(MATERIAL FOR THE TASK)

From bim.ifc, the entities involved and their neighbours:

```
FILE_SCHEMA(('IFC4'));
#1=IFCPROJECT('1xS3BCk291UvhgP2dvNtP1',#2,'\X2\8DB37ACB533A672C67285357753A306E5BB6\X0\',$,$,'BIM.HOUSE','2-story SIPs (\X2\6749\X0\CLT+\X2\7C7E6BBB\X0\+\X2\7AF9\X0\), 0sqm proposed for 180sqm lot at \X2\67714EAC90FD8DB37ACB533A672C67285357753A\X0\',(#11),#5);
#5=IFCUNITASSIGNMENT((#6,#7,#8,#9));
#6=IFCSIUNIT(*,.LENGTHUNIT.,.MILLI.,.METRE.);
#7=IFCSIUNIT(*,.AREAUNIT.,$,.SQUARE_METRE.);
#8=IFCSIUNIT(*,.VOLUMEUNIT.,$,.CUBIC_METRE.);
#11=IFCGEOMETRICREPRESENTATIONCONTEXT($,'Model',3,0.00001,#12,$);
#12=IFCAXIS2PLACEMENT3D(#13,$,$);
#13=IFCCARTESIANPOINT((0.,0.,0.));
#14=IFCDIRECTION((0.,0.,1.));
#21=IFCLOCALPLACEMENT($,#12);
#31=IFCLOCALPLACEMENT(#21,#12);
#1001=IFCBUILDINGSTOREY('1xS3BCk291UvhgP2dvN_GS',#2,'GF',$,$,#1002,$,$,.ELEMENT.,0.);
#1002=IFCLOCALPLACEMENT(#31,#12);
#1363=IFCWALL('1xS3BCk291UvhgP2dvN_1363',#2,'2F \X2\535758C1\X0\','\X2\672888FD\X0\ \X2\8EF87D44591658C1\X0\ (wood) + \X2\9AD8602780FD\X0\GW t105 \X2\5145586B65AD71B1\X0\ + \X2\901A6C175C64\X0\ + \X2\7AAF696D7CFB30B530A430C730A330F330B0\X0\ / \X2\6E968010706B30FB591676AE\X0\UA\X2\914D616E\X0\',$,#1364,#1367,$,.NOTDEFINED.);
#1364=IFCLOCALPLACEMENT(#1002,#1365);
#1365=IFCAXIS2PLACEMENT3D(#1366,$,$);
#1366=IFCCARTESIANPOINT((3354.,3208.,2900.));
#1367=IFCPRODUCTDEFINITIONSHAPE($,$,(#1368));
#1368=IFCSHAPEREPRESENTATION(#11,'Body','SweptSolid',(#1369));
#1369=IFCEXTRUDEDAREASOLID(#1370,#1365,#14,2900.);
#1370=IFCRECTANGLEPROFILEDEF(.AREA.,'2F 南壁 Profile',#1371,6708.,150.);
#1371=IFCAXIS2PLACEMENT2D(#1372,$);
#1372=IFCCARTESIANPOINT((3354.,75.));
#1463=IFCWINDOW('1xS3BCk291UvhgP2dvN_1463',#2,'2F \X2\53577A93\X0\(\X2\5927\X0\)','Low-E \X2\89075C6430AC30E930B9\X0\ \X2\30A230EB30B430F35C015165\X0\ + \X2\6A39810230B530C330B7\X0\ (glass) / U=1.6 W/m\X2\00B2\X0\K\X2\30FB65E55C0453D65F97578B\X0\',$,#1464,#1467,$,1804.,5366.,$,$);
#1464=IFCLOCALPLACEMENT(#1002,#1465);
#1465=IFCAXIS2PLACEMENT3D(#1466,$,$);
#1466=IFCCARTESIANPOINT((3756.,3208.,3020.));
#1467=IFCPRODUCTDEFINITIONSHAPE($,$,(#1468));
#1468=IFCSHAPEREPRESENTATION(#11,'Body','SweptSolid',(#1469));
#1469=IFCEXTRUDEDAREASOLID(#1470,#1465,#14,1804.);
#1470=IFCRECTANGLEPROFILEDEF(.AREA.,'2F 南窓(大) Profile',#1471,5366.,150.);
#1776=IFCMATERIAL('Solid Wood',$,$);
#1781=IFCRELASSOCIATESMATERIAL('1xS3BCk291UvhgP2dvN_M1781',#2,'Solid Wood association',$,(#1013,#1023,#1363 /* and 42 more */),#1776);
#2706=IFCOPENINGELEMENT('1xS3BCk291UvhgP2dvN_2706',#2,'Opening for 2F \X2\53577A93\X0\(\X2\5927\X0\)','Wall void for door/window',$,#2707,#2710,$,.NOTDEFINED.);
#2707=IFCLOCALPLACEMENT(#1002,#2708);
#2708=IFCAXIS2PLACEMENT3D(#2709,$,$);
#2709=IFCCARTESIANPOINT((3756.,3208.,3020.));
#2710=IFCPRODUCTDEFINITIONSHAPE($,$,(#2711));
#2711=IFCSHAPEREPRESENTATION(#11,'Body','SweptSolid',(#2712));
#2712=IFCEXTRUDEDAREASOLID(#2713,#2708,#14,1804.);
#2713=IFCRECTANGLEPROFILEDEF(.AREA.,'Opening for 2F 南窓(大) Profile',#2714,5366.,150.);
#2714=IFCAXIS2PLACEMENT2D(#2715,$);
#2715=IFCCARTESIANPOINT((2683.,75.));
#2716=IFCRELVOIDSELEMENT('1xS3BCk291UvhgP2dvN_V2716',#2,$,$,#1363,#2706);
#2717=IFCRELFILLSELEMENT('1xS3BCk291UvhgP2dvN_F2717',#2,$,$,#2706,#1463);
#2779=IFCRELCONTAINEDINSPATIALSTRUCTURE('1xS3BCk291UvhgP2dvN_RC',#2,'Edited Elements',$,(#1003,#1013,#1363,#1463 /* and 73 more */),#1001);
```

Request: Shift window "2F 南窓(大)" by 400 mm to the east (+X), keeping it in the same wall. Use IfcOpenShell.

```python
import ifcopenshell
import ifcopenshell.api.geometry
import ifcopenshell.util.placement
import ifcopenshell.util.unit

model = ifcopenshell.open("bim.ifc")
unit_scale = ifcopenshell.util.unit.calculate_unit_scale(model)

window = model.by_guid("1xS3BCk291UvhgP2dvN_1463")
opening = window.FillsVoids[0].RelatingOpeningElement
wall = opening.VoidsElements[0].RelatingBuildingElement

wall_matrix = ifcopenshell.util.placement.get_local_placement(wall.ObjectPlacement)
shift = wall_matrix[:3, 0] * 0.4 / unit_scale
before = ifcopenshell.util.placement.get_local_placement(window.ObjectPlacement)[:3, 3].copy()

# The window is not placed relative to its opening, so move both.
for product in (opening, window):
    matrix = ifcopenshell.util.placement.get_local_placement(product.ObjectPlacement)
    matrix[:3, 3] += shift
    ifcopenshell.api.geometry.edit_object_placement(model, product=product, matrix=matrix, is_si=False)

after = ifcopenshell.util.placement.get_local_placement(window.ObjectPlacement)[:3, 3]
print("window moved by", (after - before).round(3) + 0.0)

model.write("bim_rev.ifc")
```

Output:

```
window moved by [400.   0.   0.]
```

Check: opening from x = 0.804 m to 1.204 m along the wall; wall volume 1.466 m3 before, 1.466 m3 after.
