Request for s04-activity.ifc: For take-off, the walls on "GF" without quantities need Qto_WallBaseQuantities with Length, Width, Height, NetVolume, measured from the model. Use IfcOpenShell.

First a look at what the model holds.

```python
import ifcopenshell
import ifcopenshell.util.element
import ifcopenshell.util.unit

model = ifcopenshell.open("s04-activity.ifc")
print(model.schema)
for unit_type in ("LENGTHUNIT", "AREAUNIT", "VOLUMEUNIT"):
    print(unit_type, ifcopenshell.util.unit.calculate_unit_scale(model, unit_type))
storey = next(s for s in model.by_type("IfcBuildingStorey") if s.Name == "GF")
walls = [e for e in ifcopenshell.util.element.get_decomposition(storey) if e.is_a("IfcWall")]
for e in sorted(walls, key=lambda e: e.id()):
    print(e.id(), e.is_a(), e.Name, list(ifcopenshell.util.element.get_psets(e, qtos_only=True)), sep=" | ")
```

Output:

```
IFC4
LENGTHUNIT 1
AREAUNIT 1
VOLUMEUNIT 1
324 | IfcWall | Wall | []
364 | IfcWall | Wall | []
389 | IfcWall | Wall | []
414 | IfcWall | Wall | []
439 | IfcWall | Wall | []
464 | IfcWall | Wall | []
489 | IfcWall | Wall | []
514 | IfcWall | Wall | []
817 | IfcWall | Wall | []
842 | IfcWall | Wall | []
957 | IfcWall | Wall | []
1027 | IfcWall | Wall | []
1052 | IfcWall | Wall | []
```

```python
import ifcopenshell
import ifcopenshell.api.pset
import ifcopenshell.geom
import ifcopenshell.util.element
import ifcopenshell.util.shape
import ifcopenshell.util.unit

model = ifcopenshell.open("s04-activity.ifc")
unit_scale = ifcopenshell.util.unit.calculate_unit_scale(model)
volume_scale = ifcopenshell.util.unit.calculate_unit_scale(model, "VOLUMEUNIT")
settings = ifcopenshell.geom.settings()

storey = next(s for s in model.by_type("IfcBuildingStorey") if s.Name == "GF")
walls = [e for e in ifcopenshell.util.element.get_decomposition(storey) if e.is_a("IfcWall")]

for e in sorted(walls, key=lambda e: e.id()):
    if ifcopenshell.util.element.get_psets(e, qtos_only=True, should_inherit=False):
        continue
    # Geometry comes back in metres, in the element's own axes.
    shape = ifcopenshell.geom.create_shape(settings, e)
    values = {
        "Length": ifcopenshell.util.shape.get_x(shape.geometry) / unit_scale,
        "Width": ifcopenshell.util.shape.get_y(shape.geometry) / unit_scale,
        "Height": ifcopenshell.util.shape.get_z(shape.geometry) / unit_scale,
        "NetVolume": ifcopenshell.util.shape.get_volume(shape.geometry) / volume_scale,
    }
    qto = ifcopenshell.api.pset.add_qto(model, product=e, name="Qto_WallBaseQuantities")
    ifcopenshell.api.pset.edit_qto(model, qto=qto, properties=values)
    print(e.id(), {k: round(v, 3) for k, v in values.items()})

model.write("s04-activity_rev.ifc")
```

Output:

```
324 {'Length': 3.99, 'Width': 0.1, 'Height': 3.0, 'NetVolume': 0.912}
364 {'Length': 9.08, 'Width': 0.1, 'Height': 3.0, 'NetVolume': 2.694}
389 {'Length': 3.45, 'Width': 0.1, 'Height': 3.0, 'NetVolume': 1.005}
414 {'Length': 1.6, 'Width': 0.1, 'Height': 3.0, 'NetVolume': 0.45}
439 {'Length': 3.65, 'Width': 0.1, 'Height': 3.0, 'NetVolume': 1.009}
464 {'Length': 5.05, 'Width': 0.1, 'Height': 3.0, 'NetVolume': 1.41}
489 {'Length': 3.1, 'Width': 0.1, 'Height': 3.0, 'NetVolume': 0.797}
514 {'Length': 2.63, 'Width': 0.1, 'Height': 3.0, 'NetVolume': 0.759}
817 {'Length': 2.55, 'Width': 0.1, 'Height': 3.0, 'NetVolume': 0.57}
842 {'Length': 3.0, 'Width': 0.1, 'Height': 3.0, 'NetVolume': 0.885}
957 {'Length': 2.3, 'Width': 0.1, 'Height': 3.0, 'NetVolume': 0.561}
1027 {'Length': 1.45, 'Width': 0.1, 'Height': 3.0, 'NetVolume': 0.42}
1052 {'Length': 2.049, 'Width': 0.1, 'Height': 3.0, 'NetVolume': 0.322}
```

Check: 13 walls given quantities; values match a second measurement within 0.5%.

==

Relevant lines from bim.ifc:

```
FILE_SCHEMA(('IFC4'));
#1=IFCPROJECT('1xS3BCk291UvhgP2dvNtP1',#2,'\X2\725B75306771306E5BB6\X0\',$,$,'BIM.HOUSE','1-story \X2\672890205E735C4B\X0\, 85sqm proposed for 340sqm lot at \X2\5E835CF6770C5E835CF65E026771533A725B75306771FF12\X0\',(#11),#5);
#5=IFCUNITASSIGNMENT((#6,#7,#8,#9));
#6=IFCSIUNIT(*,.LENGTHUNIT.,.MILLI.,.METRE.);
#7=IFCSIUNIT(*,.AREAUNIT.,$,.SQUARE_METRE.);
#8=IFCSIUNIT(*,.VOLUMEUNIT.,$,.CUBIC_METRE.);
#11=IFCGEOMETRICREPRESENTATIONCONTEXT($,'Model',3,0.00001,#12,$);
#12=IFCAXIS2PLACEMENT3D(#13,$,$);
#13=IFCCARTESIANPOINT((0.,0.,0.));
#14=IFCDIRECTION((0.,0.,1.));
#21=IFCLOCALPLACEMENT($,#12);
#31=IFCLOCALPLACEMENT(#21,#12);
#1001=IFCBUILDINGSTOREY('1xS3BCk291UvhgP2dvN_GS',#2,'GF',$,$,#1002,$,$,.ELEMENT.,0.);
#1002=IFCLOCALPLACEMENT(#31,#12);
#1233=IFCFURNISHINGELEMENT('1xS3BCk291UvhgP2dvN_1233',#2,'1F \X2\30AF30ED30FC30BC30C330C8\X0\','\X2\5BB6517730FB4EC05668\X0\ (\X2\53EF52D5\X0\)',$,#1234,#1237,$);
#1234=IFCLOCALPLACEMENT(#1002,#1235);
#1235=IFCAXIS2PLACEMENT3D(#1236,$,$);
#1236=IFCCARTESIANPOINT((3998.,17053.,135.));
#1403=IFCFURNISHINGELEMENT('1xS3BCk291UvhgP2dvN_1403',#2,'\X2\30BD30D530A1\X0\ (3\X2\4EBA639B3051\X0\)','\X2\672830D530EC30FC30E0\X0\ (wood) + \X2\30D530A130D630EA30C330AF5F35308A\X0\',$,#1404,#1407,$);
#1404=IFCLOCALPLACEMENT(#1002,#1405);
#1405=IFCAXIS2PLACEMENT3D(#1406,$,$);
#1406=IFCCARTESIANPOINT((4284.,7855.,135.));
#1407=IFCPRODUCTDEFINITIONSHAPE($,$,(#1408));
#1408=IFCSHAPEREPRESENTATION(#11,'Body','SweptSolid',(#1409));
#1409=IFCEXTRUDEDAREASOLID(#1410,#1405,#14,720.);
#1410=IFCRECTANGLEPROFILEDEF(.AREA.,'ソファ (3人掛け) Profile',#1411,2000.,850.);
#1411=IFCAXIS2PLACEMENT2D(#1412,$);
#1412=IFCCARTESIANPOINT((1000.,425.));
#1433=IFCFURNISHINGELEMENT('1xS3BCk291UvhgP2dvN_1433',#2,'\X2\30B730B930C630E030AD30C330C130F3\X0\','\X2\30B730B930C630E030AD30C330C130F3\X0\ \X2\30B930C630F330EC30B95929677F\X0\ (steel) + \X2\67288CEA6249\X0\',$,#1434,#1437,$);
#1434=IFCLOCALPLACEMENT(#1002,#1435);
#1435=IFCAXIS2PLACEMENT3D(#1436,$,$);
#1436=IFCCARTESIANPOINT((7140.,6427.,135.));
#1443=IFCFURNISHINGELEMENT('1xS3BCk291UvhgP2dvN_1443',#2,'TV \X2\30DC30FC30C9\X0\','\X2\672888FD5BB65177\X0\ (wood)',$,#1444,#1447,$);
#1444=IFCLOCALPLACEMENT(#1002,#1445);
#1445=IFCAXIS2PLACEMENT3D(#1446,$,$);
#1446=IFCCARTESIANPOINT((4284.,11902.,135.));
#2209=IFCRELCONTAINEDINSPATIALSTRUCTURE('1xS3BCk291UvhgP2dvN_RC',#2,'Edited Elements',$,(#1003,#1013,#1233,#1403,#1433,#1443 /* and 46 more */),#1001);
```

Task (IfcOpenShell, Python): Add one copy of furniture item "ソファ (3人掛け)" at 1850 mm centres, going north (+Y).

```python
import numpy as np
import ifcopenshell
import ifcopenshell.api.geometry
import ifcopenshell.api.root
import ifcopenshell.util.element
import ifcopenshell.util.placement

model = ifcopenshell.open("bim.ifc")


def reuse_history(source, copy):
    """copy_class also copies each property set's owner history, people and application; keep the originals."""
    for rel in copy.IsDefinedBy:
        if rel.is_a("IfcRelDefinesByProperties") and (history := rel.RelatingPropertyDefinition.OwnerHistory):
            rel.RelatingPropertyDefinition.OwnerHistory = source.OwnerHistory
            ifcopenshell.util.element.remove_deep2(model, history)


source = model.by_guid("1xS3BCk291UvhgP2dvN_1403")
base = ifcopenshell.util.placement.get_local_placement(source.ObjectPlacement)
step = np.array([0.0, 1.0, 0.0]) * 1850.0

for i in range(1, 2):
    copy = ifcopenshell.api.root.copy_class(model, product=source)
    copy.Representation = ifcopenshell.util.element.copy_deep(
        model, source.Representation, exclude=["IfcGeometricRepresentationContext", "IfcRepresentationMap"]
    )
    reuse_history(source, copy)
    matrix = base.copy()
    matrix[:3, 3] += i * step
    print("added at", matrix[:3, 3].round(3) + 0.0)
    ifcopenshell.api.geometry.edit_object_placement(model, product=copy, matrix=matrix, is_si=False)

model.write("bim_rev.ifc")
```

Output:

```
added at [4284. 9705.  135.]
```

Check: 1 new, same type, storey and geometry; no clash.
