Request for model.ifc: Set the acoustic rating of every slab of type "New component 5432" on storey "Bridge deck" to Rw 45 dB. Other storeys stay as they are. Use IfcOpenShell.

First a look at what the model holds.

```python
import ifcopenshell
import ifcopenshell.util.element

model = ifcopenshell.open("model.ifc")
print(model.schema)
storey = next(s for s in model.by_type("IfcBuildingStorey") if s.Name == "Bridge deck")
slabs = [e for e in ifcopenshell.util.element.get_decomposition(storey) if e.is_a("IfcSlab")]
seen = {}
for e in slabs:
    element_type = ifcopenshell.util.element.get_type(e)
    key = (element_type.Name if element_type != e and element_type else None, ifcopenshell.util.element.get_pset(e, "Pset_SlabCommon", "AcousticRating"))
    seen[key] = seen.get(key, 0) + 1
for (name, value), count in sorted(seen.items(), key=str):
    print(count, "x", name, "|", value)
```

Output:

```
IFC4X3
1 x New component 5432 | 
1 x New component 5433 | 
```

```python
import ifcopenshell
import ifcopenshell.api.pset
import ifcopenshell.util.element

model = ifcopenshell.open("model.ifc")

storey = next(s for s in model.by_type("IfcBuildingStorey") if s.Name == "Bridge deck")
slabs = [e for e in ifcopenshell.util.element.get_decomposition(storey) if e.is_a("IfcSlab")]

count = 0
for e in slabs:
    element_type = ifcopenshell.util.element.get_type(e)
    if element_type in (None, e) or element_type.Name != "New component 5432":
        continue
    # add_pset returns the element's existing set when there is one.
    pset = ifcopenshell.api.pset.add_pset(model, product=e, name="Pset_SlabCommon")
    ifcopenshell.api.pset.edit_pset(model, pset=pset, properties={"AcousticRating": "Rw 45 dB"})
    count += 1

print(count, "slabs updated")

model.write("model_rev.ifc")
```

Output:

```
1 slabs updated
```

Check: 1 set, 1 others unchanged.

(TASK TO COMPLETE) Find the string "IFCPRODUCTDEFINITIONSHAPE" in the material above, and report every line where it occurs.

(THE COMPLETED TASK)
#1367=IFCPRODUCTDEFINITIONSHAPE($,$,(#1368));
#1467=IFCPRODUCTDEFINITIONSHAPE($,$,(#1468));
#2710=IFCPRODUCTDEFINITIONSHAPE($,$,(#2711));
#1407=IFCPRODUCTDEFINITIONSHAPE($,$,(#1408));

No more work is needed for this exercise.